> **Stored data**

________________________________________

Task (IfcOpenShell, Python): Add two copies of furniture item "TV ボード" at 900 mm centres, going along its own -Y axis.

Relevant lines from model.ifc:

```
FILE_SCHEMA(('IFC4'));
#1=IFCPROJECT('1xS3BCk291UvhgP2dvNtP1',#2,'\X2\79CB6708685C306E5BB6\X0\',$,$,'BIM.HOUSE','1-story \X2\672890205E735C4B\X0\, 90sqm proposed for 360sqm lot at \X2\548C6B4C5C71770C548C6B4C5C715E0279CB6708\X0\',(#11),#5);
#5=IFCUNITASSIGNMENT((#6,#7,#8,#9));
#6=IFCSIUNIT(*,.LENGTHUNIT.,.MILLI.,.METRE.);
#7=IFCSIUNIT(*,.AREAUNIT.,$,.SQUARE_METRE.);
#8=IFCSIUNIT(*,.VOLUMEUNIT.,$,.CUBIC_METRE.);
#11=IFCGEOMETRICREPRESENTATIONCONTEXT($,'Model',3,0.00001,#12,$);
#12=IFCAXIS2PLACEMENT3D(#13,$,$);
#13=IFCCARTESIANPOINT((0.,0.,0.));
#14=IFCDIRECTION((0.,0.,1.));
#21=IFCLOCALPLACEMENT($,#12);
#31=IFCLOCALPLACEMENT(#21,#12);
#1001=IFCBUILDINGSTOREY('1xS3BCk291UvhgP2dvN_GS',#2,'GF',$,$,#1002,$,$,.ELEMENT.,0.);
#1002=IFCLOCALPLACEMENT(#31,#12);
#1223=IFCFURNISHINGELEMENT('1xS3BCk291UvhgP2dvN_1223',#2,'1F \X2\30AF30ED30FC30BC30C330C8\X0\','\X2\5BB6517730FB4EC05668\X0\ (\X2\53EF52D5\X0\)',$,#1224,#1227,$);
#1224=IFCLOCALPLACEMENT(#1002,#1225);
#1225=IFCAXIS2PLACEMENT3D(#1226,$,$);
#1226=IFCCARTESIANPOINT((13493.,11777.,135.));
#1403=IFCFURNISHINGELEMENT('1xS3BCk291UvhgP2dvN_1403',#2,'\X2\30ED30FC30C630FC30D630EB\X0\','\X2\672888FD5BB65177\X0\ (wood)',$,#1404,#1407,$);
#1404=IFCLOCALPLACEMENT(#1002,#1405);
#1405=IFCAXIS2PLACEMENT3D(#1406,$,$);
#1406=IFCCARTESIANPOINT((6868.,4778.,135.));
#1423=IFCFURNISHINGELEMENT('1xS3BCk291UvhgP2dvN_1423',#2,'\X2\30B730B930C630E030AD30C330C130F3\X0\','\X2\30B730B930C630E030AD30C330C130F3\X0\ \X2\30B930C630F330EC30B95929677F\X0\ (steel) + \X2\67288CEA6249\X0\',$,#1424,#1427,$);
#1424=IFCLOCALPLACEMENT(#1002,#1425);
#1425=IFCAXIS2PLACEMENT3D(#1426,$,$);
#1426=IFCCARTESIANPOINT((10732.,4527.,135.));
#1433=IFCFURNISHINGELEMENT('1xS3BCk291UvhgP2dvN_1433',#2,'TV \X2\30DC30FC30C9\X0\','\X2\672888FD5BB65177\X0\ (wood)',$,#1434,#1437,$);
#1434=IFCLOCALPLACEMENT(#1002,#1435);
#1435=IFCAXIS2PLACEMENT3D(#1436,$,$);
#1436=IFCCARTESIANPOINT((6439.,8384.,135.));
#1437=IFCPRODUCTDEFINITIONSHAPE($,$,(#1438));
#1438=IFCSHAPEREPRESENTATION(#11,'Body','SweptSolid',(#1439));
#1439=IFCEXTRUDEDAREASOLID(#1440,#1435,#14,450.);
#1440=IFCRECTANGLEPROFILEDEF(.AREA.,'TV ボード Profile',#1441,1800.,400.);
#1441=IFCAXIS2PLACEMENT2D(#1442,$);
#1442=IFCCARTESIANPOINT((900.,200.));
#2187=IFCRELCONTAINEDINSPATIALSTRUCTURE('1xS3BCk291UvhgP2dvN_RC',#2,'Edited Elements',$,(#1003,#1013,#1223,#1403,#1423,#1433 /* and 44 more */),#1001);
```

```python
import ifcopenshell
import ifcopenshell.api.geometry
import ifcopenshell.api.root
import ifcopenshell.util.element
import ifcopenshell.util.placement
import ifcopenshell.util.unit

model = ifcopenshell.open("model.ifc")
unit_scale = ifcopenshell.util.unit.calculate_unit_scale(model)


def reuse_history(source, copy):
    """copy_class also copies each property set's owner history, people and application; keep the originals."""
    for rel in copy.IsDefinedBy:
        if rel.is_a("IfcRelDefinesByProperties") and (history := rel.RelatingPropertyDefinition.OwnerHistory):
            rel.RelatingPropertyDefinition.OwnerHistory = source.OwnerHistory
            ifcopenshell.util.element.remove_deep2(model, history)


source = model.by_guid("1xS3BCk291UvhgP2dvN_1433")
base = ifcopenshell.util.placement.get_local_placement(source.ObjectPlacement)
step = -base[:3, 1] * 0.9 / unit_scale

for i in range(1, 3):
    copy = ifcopenshell.api.root.copy_class(model, product=source)
    copy.Representation = ifcopenshell.util.element.copy_deep(
        model, source.Representation, exclude=["IfcGeometricRepresentationContext", "IfcRepresentationMap"]
    )
    reuse_history(source, copy)
    matrix = base.copy()
    matrix[:3, 3] += i * step
    print("added at", matrix[:3, 3].round(3) + 0.0)
    ifcopenshell.api.geometry.edit_object_placement(model, product=copy, matrix=matrix, is_si=False)

model.write("model-out.ifc")
```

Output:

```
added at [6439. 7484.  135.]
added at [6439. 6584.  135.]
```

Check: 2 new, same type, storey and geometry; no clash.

________________________________________

> **YOUR OBJECTIVE**
Go through the lines above and copy any that contain "wood".

> **ANSWER TO THIS EXERCISE**
#1403=IFCFURNISHINGELEMENT('1xS3BCk291UvhgP2dvN_1403',#2,'\X2\30ED30FC30C630FC30D630EB\X0\','\X2\672888FD5BB65177\X0\ (wood)',$,#1404,#1407,$);
#1433=IFCFURNISHINGELEMENT('1xS3BCk291UvhgP2dvN_1433',#2,'TV \X2\30DC30FC30C9\X0\','\X2\672888FD5BB65177\X0\ (wood)',$,#1434,#1437,$);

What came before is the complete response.